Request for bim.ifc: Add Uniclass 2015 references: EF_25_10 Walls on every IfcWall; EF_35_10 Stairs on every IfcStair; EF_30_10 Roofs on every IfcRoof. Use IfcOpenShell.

First a look at what the model holds.

```python
import ifcopenshell

model = ifcopenshell.open("bim.ifc")
print(model.schema)
print("classifications:", [c.Name for c in model.by_type("IfcClassification")])
for ifc_class in ("IfcDoor", "IfcRoof", "IfcStair", "IfcWall", "IfcWindow"):
    print(ifc_class, len(model.by_type(ifc_class)))
```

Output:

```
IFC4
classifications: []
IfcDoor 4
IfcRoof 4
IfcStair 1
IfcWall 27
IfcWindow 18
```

```python
import ifcopenshell
import ifcopenshell.api.classification

model = ifcopenshell.open("bim.ifc")

system = ifcopenshell.api.classification.add_classification(model, classification="Uniclass 2015")

codes = {
    "IfcWall": ("EF_25_10", "Walls"),
    "IfcStair": ("EF_35_10", "Stairs"),
    "IfcRoof": ("EF_30_10", "Roofs"),
}
for ifc_class, (code, name) in codes.items():
    products = model.by_type(ifc_class)
    ifcopenshell.api.classification.add_reference(
        model, products=products, classification=system, identification=code, name=name
    )
    print(code, len(products))

model.write("bim_v2.ifc")
```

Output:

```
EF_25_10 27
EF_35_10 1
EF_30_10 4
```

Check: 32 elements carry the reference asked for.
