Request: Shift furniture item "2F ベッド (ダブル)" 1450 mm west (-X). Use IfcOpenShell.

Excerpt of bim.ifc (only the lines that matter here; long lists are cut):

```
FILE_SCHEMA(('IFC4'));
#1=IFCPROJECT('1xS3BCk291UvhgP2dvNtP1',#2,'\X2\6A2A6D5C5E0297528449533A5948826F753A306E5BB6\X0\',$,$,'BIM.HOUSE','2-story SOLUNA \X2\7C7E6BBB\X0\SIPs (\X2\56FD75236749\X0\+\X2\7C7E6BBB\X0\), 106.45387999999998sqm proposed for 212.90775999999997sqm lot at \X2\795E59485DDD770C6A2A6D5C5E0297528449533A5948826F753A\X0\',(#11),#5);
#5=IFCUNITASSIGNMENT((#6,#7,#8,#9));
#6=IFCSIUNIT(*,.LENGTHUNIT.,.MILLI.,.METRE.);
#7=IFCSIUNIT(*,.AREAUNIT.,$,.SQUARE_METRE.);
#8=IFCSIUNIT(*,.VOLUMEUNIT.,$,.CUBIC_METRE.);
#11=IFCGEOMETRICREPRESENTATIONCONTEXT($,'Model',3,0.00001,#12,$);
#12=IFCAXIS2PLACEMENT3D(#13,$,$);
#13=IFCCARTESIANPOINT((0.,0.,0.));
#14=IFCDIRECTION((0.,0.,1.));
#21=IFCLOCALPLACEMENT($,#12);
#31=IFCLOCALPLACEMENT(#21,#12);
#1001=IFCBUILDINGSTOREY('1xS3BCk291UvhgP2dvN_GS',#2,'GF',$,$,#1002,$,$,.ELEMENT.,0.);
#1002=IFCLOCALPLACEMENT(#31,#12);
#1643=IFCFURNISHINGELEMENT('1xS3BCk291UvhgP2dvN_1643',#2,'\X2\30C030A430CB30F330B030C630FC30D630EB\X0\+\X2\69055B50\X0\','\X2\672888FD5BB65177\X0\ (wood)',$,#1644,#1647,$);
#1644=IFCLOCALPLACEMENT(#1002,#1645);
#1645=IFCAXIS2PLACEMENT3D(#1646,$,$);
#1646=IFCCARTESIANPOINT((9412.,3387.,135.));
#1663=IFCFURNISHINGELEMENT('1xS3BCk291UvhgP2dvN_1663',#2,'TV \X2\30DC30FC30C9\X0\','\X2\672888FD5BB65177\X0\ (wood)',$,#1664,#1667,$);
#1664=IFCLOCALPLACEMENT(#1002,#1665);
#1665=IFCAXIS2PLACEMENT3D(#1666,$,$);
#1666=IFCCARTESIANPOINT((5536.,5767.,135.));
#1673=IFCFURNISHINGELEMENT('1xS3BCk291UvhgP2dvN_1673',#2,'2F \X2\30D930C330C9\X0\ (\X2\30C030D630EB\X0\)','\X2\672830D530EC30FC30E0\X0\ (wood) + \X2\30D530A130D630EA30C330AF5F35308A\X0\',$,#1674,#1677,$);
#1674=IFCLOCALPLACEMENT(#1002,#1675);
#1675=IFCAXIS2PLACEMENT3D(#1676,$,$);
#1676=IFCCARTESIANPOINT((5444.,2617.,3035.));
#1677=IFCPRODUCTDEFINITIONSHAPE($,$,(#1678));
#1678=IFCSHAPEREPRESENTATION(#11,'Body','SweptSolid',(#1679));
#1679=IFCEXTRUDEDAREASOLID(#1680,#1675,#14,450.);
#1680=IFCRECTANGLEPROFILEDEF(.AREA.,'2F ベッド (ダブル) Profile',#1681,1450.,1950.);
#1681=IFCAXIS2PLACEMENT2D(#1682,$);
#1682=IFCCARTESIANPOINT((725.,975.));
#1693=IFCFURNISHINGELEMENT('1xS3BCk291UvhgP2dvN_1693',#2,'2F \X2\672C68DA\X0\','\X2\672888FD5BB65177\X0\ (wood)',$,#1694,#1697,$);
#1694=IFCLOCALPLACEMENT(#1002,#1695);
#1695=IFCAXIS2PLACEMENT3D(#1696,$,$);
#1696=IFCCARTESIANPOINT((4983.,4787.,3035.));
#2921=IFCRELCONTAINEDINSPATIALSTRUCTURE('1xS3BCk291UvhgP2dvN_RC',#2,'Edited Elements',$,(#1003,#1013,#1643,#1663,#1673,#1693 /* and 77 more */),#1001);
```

```python
import ifcopenshell
import ifcopenshell.api.geometry
import ifcopenshell.util.placement

model = ifcopenshell.open("bim.ifc")

item = model.by_id(1673)
matrix = ifcopenshell.util.placement.get_local_placement(item.ObjectPlacement)
matrix[0, 3] -= 1450.0
ifcopenshell.api.geometry.edit_object_placement(model, product=item, matrix=matrix, is_si=False)

print(ifcopenshell.util.placement.get_local_placement(item.ObjectPlacement).round(3) + 0.0)

model.write("bim_edited.ifc")
```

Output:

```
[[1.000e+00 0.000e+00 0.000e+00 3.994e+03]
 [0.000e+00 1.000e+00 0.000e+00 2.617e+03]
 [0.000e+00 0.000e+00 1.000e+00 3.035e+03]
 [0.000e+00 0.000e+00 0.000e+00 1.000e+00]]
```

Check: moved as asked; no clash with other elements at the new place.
● ● ●
**Task prompt:** The entries above must be transcribed word for word.

**Your solution:**
Request for bim.ifc: Add Uniclass 2015 references: EF_25_10 Walls on every IfcWall; EF_35_10 Stairs on every IfcStair; EF_30_10 Roofs on every IfcRoof. Use IfcOpenShell.

First a look at what the model holds.

```python
import ifcopenshell

model = ifcopenshell.open("bim.ifc")
print(model.schema)
print("classifications:", [c.Name for c in model.by_type("IfcClassification")])
for ifc_class in ("IfcDoor", "IfcRoof", "IfcStair", "IfcWall", "IfcWindow"):
    print(ifc_class, len(model.by_type(ifc_class)))
```

Output:

```
IFC4
classifications: []
IfcDoor 4
IfcRoof 4
IfcStair 1
IfcWall 27
IfcWindow 18
```

```python
import ifcopenshell
import ifcopenshell.api.classification

model = ifcopenshell.open("bim.ifc")

system = ifcopenshell.api.classification.add_classification(model, classification="Uniclass 2015")

codes = {
    "IfcWall": ("EF_25_10", "Walls"),
    "IfcStair": ("EF_35_10", "Stairs"),
    "IfcRoof": ("EF_30_10", "Roofs"),
}
for ifc_class, (code, name) in codes.items():
    products = model.by_type(ifc_class)
    ifcopenshell.api.classification.add_reference(
        model, products=products, classification=system, identification=code, name=name
    )
    print(code, len(products))

model.write("bim_v2.ifc")
```

Output:

```
EF_25_10 27
EF_35_10 1
EF_30_10 4
```

Check: 32 elements carry the reference asked for.
Request: Shift furniture item "2F ベッド (ダブル)" 1450 mm west (-X). Use IfcOpenShell.

Excerpt of bim.ifc (only the lines that matter here; long lists are cut):

```
FILE_SCHEMA(('IFC4'));
#1=IFCPROJECT('1xS3BCk291UvhgP2dvNtP1',#2,'\X2\6A2A6D5C5E0297528449533A5948826F753A306E5BB6\X0\',$,$,'BIM.HOUSE','2-story SOLUNA \X2\7C7E6BBB\X0\SIPs (\X2\56FD75236749\X0\+\X2\7C7E6BBB\X0\), 106.45387999999998sqm proposed for 212.90775999999997sqm lot at \X2\795E59485DDD770C6A2A6D5C5E0297528449533A5948826F753A\X0\',(#11),#5);
#5=IFCUNITASSIGNMENT((#6,#7,#8,#9));
#6=IFCSIUNIT(*,.LENGTHUNIT.,.MILLI.,.METRE.);
#7=IFCSIUNIT(*,.AREAUNIT.,$,.SQUARE_METRE.);
#8=IFCSIUNIT(*,.VOLUMEUNIT.,$,.CUBIC_METRE.);
#11=IFCGEOMETRICREPRESENTATIONCONTEXT($,'Model',3,0.00001,#12,$);
#12=IFCAXIS2PLACEMENT3D(#13,$,$);
#13=IFCCARTESIANPOINT((0.,0.,0.));
#14=IFCDIRECTION((0.,0.,1.));
#21=IFCLOCALPLACEMENT($,#12);
#31=IFCLOCALPLACEMENT(#21,#12);
#1001=IFCBUILDINGSTOREY('1xS3BCk291UvhgP2dvN_GS',#2,'GF',$,$,#1002,$,$,.ELEMENT.,0.);
#1002=IFCLOCALPLACEMENT(#31,#12);
#1643=IFCFURNISHINGELEMENT('1xS3BCk291UvhgP2dvN_1643',#2,'\X2\30C030A430CB30F330B030C630FC30D630EB\X0\+\X2\69055B50\X0\','\X2\672888FD5BB65177\X0\ (wood)',$,#1644,#1647,$);
#1644=IFCLOCALPLACEMENT(#1002,#1645);
#1645=IFCAXIS2PLACEMENT3D(#1646,$,$);
#1646=IFCCARTESIANPOINT((9412.,3387.,135.));
#1663=IFCFURNISHINGELEMENT('1xS3BCk291UvhgP2dvN_1663',#2,'TV \X2\30DC30FC30C9\X0\','\X2\672888FD5BB65177\X0\ (wood)',$,#1664,#1667,$);
#1664=IFCLOCALPLACEMENT(#1002,#1665);
#1665=IFCAXIS2PLACEMENT3D(#1666,$,$);
#1666=IFCCARTESIANPOINT((5536.,5767.,135.));
#1673=IFCFURNISHINGELEMENT('1xS3BCk291UvhgP2dvN_1673',#2,'2F \X2\30D930C330C9\X0\ (\X2\30C030D630EB\X0\)','\X2\672830D530EC30FC30E0\X0\ (wood) + \X2\30D530A130D630EA30C330AF5F35308A\X0\',$,#1674,#1677,$);
#1674=IFCLOCALPLACEMENT(#1002,#1675);
#1675=IFCAXIS2PLACEMENT3D(#1676,$,$);
#1676=IFCCARTESIANPOINT((5444.,2617.,3035.));
#1677=IFCPRODUCTDEFINITIONSHAPE($,$,(#1678));
#1678=IFCSHAPEREPRESENTATION(#11,'Body','SweptSolid',(#1679));
#1679=IFCEXTRUDEDAREASOLID(#1680,#1675,#14,450.);
#1680=IFCRECTANGLEPROFILEDEF(.AREA.,'2F ベッド (ダブル) Profile',#1681,1450.,1950.);
#1681=IFCAXIS2PLACEMENT2D(#1682,$);
#1682=IFCCARTESIANPOINT((725.,975.));
#1693=IFCFURNISHINGELEMENT('1xS3BCk291UvhgP2dvN_1693',#2,'2F \X2\672C68DA\X0\','\X2\672888FD5BB65177\X0\ (wood)',$,#1694,#1697,$);
#1694=IFCLOCALPLACEMENT(#1002,#1695);
#1695=IFCAXIS2PLACEMENT3D(#1696,$,$);
#1696=IFCCARTESIANPOINT((4983.,4787.,3035.));
#2921=IFCRELCONTAINEDINSPATIALSTRUCTURE('1xS3BCk291UvhgP2dvN_RC',#2,'Edited Elements',$,(#1003,#1013,#1643,#1663,#1673,#1693 /* and 77 more */),#1001);
```

```python
import ifcopenshell
import ifcopenshell.api.geometry
import ifcopenshell.util.placement

model = ifcopenshell.open("bim.ifc")

item = model.by_id(1673)
matrix = ifcopenshell.util.placement.get_local_placement(item.ObjectPlacement)
matrix[0, 3] -= 1450.0
ifcopenshell.api.geometry.edit_object_placement(model, product=item, matrix=matrix, is_si=False)

print(ifcopenshell.util.placement.get_local_placement(item.ObjectPlacement).round(3) + 0.0)

model.write("bim_edited.ifc")
```

Output:

```
[[1.000e+00 0.000e+00 0.000e+00 3.994e+03]
 [0.000e+00 1.000e+00 0.000e+00 2.617e+03]
 [0.000e+00 0.000e+00 1.000e+00 3.035e+03]
 [0.000e+00 0.000e+00 0.000e+00 1.000e+00]]
```

Check: moved as asked; no clash with other elements at the new place.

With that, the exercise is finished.